To install ffmpeg and python-dev

sudo apt install ffmpeg python3.6-dev

Installation

To Install backgroundremover, install it from pypi

pip install --upgrade pip
pip install backgroundremover

Please note that when you first run the program, it will check to see if you have the u2net models, if you do not, it will pull them from this repo

It is also possible to run this without installing it via pip, just clone the git to local start a virtual env and install requirements and run

python -m backgroundremover.cmd.cli -i "video.mp4" -mk -o "output.mov"

and for windows

python.exe -m backgroundremover.cmd.cli -i "video.mp4" -mk -o "output.mov"

Installation using Docker

git clone https://github.com/nadermx/backgroundremover.git
cd backgroundremover
docker build -t bgremover .
alias backgroundremover='docker run -it --rm -v "$(pwd):/tmp" bgremover:latest'

Usage as a cli

Image

Remove the background from a local file image

backgroundremover -i "/path/to/image.jpeg" -o "output.png"

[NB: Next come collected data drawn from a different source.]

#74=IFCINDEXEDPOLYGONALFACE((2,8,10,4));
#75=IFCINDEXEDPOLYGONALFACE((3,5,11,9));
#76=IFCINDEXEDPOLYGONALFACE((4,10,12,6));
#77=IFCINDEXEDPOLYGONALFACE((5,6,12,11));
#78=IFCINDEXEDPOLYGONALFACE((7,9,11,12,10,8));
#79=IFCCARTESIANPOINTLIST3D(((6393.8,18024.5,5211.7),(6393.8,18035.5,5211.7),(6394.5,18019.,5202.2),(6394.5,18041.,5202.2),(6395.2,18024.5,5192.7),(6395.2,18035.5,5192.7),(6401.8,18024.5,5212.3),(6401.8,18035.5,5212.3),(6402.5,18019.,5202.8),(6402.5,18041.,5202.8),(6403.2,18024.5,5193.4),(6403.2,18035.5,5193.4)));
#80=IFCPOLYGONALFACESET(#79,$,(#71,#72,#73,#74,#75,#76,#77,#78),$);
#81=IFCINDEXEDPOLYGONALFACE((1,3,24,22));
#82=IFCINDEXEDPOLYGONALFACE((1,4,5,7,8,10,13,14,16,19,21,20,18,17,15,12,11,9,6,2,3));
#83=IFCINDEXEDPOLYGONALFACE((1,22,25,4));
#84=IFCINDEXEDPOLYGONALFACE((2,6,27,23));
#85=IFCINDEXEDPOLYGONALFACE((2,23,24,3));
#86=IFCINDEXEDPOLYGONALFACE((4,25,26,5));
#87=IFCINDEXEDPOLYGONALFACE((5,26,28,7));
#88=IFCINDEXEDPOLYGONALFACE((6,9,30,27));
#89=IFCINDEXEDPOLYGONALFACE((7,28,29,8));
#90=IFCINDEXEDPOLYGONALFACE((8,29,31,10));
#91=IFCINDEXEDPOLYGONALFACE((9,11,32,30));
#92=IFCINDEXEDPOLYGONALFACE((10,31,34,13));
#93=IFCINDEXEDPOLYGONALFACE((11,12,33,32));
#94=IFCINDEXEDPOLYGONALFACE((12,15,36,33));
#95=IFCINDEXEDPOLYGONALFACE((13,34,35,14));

Advance usage for image background removal

Sometimes it is possible to achieve better results by turning on alpha matting. Example:

backgroundremover -i "/path/to/image.jpeg" -a -ae 15 -o "output.png"

change the model for different background removal methods between u2netp, u2net, or u2net_human_seg

backgroundremover -i "/path/to/image.jpeg" -m "u2net_human_seg" -o "output.png"

Video

remove background from video and make transparent mov

backgroundremover -i "/path/to/video.mp4" -tv -o "output.mov"

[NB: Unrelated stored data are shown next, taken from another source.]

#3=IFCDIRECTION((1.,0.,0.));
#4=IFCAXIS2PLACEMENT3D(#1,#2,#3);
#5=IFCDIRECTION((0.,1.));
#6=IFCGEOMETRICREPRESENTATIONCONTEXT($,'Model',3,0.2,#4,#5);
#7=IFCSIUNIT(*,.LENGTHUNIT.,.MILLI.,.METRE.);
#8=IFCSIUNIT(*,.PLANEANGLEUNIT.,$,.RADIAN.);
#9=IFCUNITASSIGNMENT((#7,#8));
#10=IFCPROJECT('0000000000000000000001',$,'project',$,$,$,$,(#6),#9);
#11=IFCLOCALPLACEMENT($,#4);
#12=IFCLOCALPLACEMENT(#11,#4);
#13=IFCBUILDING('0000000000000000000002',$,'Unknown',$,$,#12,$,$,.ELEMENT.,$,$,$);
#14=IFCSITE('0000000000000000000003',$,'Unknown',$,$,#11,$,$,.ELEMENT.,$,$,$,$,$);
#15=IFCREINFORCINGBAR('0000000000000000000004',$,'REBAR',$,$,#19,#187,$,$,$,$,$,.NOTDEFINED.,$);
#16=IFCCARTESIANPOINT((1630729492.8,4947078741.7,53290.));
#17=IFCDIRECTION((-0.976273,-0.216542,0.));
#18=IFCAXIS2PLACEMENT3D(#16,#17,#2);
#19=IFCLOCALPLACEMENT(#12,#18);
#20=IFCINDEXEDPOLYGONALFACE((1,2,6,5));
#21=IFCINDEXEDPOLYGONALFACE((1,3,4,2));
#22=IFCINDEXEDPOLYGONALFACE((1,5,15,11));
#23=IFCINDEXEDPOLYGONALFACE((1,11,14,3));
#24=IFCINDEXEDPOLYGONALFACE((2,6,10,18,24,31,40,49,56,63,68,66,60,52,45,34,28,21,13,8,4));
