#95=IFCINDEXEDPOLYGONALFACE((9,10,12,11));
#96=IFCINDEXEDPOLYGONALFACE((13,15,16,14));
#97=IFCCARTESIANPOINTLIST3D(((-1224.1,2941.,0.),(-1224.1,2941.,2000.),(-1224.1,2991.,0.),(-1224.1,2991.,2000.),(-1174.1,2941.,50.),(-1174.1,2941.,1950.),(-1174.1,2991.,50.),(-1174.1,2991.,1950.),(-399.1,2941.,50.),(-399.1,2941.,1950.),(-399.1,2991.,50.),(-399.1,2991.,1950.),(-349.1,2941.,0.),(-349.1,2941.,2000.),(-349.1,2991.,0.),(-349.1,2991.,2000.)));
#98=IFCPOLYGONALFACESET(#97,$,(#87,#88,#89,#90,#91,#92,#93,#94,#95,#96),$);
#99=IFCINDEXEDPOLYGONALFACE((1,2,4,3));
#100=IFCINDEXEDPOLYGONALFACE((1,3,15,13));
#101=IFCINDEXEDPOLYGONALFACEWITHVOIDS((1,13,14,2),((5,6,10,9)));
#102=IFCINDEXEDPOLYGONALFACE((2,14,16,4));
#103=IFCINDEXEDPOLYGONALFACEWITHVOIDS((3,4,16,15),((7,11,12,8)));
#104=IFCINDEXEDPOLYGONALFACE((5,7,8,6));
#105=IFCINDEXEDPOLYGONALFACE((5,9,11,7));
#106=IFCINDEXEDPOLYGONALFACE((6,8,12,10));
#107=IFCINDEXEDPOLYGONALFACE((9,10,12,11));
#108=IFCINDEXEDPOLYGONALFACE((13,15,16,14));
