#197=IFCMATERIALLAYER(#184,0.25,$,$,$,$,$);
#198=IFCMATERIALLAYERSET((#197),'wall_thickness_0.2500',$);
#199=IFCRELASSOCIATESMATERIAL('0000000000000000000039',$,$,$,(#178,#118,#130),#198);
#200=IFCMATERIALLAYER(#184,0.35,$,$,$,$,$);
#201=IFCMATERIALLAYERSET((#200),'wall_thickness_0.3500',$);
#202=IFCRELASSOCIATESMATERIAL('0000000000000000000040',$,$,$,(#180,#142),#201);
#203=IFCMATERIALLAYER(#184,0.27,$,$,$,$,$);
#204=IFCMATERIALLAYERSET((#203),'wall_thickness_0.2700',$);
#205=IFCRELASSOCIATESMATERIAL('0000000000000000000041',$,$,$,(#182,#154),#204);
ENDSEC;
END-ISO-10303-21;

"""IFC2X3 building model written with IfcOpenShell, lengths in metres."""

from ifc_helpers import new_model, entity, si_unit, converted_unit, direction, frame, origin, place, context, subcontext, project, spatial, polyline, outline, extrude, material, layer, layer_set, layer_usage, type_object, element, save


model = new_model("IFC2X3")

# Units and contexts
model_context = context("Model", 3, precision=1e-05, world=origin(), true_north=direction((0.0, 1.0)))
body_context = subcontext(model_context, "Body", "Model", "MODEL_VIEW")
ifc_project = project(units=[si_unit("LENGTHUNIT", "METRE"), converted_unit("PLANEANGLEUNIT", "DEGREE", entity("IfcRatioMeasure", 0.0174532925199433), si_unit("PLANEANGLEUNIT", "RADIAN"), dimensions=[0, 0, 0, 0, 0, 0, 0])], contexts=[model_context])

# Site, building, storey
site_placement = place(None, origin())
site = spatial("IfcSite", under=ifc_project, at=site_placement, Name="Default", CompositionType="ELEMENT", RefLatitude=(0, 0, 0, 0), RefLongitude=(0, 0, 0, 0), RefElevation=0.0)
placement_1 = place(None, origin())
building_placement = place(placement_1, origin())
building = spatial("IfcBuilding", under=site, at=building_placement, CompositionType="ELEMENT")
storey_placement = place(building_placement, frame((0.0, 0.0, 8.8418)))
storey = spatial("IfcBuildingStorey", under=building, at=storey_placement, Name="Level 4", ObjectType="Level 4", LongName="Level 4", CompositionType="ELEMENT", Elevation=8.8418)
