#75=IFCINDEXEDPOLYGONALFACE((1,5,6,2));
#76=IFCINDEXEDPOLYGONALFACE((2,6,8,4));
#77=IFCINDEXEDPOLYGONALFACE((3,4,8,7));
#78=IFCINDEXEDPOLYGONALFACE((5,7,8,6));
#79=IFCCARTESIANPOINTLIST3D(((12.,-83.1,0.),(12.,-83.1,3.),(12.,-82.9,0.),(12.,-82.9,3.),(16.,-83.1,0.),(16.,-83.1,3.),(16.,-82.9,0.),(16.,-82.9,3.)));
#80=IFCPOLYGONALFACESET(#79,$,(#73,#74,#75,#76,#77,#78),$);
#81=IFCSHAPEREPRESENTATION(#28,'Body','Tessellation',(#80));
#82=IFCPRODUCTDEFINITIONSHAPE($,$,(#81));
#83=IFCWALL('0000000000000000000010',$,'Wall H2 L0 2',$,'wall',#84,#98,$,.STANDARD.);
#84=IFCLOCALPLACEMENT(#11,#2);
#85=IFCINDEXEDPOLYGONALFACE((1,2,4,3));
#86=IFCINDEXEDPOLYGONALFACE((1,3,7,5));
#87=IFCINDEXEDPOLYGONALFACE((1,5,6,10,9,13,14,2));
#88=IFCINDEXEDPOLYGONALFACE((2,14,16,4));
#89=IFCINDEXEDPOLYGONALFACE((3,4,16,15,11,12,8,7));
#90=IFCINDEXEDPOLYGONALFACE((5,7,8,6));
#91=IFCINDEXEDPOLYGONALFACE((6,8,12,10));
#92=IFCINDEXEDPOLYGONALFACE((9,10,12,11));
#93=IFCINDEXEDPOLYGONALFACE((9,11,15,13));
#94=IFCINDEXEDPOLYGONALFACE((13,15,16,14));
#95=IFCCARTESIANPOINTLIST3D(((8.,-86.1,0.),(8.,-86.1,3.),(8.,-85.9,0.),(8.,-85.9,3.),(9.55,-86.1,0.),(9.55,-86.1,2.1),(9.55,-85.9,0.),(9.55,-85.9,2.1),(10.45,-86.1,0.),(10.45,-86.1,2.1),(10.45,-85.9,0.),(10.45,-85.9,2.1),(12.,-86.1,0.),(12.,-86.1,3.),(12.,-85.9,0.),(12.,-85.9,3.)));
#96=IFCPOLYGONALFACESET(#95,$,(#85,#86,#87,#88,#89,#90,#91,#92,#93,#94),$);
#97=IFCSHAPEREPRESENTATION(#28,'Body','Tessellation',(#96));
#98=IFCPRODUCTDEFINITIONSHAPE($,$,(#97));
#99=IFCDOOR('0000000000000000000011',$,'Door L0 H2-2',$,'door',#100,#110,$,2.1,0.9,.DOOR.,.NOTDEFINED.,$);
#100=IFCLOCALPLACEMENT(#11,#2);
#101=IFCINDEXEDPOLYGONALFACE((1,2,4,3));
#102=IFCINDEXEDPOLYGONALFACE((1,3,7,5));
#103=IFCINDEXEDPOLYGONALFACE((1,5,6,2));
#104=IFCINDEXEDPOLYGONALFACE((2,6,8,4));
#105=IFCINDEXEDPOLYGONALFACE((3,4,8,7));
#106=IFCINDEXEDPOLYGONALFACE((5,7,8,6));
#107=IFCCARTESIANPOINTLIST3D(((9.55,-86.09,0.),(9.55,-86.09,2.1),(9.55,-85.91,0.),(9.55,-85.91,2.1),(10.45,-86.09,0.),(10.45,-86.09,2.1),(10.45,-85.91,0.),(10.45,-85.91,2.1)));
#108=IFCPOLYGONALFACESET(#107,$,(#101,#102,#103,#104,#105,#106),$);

remove background from local video and overlay it over other video

backgroundremover -i "/path/to/video.mp4" -tov "/path/to/videtobeoverlayed.mp4" -o "output.mov"

remove background from local video and overlay it over an image

backgroundremover -i "/path/to/video.mp4" -toi "/path/to/videtobeoverlayed.mp4" -o "output.mov"

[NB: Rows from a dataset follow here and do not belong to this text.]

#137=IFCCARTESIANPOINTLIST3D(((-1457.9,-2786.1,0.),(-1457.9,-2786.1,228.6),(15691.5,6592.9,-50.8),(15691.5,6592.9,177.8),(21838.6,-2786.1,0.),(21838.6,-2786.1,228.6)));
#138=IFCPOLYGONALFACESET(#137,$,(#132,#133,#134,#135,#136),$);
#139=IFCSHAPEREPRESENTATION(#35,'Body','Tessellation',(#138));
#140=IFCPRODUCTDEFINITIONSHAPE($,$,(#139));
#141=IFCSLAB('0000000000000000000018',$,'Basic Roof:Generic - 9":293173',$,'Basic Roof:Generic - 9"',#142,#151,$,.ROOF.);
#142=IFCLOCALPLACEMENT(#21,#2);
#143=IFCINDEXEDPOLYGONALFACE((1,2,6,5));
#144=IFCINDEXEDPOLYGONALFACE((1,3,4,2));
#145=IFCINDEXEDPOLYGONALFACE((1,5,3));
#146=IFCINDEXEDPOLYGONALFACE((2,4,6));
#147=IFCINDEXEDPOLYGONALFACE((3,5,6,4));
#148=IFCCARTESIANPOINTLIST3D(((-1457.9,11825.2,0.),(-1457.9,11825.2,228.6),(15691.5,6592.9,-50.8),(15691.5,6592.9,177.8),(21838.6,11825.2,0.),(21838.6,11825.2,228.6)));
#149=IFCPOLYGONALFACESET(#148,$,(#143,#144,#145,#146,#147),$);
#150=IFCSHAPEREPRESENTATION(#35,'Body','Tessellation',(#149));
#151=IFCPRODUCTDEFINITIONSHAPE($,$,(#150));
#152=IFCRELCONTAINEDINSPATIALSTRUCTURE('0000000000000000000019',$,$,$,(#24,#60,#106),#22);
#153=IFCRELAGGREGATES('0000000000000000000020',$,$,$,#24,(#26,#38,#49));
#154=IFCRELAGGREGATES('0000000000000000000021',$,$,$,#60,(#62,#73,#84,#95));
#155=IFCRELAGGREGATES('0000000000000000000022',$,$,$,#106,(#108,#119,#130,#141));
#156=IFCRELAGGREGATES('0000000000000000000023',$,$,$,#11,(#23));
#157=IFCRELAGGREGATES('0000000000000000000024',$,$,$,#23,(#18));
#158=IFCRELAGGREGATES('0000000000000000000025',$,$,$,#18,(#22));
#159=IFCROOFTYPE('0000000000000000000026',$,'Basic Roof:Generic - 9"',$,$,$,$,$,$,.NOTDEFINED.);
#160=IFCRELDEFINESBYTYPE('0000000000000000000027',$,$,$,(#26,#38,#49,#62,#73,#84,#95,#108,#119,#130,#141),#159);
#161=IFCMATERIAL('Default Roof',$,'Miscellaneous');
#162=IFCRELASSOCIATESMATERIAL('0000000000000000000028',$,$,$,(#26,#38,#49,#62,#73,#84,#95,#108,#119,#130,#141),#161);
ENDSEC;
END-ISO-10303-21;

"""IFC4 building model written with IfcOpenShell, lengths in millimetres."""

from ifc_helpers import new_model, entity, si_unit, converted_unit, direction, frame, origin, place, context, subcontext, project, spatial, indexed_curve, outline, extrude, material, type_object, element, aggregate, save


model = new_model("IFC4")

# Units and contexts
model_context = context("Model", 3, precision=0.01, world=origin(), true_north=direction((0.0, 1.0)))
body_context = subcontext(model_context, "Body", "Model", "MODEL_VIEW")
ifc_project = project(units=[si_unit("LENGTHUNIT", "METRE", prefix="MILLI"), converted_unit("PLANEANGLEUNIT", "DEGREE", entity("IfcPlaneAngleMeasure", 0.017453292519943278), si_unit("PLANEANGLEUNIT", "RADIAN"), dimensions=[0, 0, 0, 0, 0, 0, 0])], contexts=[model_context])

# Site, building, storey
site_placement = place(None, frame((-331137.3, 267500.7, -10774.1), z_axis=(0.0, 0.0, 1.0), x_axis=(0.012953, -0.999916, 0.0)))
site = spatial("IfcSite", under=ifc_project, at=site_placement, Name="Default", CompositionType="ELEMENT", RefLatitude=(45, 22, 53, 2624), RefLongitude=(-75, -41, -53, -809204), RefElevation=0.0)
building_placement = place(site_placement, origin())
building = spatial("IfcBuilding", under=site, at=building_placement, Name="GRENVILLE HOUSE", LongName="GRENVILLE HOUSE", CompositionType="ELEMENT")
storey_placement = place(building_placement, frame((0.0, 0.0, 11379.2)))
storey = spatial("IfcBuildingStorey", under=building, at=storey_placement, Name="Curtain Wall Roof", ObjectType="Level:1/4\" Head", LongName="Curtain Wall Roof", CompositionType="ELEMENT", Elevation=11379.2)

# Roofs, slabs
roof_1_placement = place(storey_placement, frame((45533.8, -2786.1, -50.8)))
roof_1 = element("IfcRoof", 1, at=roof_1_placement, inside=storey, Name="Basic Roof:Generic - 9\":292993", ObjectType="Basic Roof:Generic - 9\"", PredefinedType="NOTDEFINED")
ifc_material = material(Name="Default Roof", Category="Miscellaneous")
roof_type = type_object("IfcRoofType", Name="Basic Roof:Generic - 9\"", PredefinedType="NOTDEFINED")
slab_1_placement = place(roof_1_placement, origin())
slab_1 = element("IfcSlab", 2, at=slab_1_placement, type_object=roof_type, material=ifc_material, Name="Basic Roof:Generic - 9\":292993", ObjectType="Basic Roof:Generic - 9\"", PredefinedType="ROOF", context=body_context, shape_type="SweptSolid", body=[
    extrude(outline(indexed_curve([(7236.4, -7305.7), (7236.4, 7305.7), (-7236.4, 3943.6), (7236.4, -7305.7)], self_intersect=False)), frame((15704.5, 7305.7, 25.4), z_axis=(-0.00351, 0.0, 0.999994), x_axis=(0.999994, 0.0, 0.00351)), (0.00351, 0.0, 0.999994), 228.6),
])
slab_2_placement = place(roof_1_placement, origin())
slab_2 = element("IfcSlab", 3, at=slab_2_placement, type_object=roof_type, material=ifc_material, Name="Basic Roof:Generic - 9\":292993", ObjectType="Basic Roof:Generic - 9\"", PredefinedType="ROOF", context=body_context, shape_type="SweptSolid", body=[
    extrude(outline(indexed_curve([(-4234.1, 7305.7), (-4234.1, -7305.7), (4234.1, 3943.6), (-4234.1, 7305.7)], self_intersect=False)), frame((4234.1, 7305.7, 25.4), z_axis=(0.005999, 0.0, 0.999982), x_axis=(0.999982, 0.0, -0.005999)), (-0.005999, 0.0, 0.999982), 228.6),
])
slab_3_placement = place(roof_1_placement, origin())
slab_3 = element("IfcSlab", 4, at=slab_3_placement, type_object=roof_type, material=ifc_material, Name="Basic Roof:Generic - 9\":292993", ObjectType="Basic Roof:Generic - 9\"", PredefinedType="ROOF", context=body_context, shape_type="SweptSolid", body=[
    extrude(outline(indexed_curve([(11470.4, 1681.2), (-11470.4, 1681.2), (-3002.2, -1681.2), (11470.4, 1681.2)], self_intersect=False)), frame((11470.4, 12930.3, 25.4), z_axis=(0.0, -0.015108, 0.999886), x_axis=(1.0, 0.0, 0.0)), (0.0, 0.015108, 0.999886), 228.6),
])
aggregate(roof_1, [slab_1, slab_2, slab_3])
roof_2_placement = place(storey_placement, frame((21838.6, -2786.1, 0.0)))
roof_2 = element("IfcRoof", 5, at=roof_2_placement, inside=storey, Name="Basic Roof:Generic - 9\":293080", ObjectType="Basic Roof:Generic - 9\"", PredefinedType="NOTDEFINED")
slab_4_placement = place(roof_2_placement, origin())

remove background from video and make transparent gif

backgroundremover -i "/path/to/video.mp4" -tg -o "output.gif"

Make matte key file (green screen overlay)

Make a matte file for premiere

backgroundremover -i "/path/to/video.mp4" -mk -o "output.matte.mp4"

Advance usage for video

Change the framerate of the video (default is set to 30)

backgroundremover -i "/path/to/video.mp4" -fr 30 -tv -o "output.mov"

Set total number of frames of the video (default is set to -1, ie the remove background from full video)

backgroundremover -i "/path/to/video.mp4" -fl 150 -tv -o "output.mov"

Change the gpu batch size of the video (default is set to 1)

backgroundremover -i "/path/to/video.mp4" -gb 4 -tv -o "output.mov"

Change the number of workers working on video (default is set to 1)

backgroundremover -i "/path/to/video.mp4" -wn 4 -tv -o "output.mov"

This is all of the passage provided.